(Stored items)
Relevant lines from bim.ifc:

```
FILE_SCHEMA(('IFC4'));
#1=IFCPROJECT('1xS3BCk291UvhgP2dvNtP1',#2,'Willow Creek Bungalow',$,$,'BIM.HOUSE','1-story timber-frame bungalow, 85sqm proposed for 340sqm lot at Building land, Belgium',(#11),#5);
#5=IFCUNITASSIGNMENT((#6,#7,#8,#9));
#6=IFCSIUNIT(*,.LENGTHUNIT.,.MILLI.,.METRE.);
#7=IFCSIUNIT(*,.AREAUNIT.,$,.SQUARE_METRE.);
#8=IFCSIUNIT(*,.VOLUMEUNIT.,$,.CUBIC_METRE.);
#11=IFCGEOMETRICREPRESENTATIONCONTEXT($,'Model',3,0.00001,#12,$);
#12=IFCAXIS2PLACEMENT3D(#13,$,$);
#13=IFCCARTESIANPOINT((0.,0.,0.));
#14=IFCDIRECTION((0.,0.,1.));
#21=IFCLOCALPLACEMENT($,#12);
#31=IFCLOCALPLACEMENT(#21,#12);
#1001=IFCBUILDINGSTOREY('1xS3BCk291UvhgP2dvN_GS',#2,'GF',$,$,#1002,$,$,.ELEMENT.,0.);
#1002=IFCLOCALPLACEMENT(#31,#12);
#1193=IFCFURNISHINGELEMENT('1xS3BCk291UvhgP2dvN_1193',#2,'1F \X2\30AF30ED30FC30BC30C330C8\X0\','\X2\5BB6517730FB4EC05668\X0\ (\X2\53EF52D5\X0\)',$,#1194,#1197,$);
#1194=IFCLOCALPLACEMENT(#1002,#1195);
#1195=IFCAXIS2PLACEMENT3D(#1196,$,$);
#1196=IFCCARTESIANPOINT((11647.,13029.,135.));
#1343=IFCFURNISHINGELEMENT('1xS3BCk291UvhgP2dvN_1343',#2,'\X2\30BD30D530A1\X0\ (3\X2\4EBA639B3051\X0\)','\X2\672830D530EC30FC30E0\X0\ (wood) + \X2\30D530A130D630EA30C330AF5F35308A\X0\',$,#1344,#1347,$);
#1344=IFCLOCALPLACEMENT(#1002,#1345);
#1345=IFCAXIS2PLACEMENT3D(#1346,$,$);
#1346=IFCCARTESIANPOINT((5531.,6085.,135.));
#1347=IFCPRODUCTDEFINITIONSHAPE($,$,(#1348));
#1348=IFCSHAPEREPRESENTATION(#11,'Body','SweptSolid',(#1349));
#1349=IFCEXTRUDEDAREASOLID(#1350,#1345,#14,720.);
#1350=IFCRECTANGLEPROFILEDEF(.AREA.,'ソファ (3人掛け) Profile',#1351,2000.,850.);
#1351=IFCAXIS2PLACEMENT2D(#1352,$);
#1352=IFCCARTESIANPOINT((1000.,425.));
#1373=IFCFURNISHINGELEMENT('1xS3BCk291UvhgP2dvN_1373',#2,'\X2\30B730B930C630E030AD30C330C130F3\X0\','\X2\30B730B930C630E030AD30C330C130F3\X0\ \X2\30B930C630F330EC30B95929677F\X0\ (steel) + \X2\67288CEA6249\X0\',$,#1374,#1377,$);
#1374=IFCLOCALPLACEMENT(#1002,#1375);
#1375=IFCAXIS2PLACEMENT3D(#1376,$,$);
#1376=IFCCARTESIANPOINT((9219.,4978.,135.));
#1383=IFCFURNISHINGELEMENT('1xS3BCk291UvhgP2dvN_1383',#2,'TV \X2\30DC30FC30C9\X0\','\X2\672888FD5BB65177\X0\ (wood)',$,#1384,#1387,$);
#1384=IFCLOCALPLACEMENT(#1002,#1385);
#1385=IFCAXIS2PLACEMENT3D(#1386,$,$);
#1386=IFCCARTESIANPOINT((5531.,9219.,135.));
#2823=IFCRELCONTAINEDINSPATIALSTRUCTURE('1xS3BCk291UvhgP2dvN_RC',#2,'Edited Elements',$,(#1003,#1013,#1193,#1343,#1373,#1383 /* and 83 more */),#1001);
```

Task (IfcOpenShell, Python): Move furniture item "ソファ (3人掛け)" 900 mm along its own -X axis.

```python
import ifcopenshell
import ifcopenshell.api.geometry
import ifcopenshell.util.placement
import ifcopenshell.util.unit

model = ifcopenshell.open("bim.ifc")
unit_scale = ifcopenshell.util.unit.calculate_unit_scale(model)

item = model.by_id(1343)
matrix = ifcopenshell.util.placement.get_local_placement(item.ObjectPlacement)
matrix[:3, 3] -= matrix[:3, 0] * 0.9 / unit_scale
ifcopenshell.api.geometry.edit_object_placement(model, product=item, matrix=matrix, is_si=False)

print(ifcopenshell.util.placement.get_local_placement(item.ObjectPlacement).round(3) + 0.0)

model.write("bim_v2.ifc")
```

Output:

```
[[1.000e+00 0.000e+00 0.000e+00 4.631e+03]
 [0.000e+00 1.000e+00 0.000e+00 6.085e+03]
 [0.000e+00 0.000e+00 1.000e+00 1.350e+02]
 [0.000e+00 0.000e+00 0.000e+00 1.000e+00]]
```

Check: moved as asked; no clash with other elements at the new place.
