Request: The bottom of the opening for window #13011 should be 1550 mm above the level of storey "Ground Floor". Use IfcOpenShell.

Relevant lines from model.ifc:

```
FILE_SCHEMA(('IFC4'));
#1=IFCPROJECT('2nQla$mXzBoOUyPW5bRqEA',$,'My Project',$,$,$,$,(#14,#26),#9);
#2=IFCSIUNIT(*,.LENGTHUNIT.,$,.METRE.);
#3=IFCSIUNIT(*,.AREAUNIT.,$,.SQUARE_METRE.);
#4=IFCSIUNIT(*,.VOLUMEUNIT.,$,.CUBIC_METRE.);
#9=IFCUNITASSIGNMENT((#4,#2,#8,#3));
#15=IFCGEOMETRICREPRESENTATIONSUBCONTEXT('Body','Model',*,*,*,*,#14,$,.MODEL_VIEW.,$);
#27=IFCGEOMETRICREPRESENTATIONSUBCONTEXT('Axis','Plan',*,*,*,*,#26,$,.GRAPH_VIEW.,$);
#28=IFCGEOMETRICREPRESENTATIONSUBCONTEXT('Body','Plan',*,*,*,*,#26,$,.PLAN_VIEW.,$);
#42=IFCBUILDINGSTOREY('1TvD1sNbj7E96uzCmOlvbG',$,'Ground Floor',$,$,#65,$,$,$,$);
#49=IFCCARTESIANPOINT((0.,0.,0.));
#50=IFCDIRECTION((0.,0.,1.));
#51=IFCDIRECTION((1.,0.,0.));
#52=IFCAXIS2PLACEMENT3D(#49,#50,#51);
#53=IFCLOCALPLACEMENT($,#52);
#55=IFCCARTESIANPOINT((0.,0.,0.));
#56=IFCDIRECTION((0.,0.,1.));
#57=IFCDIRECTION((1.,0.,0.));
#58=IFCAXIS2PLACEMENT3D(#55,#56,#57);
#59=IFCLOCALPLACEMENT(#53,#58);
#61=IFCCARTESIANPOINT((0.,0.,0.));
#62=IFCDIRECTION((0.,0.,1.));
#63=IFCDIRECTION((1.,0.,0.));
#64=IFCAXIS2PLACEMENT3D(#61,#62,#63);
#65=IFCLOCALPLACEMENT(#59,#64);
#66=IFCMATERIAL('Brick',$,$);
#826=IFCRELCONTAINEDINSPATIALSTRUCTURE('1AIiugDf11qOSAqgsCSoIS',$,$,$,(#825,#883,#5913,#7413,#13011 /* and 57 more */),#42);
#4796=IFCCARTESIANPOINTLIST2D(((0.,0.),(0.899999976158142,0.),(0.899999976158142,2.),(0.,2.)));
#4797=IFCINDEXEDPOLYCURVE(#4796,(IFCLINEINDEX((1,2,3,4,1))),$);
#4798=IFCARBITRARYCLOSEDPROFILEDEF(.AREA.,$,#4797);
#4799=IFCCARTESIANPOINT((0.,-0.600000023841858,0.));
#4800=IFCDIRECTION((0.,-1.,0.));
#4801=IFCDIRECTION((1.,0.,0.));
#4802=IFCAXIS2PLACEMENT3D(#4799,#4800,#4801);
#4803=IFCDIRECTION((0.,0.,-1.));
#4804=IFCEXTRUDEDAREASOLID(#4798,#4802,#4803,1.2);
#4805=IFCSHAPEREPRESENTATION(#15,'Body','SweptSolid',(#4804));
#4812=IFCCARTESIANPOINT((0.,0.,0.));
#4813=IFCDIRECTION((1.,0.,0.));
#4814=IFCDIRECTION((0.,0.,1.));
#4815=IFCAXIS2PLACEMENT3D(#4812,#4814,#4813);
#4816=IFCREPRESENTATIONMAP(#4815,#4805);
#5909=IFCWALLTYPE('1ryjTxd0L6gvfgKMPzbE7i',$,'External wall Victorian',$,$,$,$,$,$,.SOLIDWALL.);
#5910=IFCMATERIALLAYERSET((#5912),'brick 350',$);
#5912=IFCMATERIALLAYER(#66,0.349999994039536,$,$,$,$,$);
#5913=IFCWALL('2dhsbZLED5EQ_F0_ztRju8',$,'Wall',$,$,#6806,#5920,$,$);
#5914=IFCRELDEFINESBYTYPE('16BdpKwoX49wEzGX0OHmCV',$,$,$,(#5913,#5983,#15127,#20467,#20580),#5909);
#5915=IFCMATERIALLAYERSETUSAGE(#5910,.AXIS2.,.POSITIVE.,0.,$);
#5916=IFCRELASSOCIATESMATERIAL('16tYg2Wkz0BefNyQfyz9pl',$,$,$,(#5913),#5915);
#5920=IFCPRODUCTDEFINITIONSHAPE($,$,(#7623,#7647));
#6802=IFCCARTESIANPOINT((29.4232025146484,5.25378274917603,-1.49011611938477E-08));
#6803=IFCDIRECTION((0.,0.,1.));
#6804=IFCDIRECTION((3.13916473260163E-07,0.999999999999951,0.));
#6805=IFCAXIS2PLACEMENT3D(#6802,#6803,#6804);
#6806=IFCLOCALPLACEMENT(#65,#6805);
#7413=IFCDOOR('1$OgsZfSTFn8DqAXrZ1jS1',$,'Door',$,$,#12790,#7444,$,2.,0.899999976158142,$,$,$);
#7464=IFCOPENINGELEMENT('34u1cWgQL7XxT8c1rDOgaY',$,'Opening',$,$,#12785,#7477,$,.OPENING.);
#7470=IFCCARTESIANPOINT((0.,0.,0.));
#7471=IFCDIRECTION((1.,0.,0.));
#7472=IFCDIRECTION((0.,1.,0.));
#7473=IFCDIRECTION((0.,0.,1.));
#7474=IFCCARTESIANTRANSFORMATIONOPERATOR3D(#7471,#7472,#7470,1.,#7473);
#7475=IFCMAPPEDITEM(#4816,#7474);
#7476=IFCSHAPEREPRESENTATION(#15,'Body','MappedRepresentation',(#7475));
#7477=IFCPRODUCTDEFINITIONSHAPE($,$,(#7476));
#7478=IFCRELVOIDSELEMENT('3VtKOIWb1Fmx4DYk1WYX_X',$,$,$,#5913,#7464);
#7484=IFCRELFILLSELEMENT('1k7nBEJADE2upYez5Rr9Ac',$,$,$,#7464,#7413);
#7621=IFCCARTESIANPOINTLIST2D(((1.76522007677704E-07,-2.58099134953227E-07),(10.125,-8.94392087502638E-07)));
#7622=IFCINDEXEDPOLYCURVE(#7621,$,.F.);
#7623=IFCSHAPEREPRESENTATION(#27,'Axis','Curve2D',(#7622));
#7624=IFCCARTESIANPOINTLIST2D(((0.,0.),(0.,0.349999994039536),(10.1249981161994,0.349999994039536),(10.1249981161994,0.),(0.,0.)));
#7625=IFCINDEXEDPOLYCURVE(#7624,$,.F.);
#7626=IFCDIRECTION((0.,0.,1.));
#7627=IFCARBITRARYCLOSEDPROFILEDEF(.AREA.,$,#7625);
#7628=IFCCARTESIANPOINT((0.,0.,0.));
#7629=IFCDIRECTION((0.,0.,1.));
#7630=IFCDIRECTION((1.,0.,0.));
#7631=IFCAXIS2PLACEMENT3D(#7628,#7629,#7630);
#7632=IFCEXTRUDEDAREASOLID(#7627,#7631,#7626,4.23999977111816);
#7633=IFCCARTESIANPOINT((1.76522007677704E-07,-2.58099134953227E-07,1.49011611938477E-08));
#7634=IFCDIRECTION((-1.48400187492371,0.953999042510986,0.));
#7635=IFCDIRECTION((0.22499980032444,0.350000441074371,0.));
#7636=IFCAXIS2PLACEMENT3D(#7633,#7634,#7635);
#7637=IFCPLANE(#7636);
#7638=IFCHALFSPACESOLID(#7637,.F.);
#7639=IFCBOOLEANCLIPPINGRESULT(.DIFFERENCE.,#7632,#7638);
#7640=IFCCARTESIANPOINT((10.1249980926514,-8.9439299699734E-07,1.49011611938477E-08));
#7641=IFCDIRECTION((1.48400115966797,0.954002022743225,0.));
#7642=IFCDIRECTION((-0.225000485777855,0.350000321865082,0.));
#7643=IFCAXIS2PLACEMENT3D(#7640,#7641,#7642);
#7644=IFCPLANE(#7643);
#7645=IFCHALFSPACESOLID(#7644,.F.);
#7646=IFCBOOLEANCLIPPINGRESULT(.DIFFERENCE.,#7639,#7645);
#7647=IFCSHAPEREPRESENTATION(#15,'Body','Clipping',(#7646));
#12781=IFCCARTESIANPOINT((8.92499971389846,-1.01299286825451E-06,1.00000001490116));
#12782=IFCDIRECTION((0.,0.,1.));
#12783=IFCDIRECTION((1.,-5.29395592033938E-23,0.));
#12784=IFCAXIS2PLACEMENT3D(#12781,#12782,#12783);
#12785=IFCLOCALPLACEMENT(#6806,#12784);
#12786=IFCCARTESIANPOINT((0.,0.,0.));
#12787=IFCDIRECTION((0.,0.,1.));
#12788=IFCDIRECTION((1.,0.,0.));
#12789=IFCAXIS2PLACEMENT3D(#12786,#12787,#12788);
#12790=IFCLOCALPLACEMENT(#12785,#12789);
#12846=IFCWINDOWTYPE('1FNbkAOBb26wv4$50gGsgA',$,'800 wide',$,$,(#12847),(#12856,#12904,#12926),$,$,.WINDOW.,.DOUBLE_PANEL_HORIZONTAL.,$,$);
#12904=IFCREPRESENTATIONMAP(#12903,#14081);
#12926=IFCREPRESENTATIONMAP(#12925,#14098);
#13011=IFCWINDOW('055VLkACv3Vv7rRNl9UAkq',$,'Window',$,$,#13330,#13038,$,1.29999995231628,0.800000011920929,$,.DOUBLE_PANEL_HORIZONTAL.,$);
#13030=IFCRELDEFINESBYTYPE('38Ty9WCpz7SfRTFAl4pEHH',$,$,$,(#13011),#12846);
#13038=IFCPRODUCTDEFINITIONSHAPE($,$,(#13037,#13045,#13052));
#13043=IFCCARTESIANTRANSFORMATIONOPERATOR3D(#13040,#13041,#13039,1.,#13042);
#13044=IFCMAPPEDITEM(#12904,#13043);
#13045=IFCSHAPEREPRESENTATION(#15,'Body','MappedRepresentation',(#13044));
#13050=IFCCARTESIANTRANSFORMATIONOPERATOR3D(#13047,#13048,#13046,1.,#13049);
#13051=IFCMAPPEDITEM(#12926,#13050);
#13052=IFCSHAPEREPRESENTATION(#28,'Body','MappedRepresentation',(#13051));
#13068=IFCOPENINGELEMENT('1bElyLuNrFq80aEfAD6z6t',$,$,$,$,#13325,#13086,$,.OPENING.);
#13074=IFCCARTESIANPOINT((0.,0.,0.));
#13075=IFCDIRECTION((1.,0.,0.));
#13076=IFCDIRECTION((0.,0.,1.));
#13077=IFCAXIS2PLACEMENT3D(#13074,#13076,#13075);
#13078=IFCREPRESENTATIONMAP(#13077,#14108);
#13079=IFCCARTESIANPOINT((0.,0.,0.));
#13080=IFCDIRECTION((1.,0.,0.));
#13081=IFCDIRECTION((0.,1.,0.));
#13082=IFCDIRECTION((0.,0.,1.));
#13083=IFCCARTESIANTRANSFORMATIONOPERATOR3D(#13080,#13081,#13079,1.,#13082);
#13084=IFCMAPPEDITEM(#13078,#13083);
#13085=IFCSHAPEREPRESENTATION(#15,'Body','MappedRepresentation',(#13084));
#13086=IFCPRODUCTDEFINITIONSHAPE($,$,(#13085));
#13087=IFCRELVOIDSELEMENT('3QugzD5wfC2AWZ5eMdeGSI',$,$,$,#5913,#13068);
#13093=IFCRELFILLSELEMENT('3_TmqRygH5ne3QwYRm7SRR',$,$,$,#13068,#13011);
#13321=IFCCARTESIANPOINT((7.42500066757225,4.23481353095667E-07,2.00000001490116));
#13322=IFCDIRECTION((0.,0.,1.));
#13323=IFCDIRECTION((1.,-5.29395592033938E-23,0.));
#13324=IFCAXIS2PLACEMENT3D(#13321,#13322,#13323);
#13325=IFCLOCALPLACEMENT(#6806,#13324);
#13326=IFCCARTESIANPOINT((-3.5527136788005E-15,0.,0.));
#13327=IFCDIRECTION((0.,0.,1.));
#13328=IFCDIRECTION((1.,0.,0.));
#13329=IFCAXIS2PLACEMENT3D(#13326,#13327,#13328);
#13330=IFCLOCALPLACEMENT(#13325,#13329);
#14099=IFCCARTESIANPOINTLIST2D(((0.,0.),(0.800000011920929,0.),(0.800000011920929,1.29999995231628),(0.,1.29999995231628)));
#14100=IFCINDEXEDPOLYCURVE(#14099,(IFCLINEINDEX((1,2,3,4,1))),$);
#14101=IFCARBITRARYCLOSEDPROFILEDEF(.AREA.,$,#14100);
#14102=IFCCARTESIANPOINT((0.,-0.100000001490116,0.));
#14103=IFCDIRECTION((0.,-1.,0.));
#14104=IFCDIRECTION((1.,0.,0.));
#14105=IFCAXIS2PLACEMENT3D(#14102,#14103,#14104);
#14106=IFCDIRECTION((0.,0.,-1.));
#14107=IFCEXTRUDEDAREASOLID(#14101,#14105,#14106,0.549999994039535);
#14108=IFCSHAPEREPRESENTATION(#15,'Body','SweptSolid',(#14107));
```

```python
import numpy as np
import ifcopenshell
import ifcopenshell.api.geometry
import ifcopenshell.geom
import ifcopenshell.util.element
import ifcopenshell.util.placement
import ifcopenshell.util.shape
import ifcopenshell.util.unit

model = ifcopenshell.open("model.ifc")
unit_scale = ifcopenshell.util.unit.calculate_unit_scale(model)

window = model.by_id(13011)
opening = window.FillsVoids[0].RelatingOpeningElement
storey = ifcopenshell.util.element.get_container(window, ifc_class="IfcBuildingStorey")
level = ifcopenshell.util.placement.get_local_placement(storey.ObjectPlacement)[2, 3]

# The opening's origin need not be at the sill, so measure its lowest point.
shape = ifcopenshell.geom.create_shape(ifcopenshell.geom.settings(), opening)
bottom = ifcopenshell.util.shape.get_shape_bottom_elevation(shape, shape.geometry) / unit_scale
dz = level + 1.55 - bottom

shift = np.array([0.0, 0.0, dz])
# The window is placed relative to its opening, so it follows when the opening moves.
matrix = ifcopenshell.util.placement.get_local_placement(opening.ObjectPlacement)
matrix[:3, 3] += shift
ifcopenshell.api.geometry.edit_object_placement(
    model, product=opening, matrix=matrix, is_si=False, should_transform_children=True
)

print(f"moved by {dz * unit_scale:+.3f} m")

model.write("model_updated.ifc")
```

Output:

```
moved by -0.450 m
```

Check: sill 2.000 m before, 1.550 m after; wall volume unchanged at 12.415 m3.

- _EXERCISE BRIEF_: For the entries above, state how many lines contain the word "from". Provide the number by itself.

- _ANSWER_: 2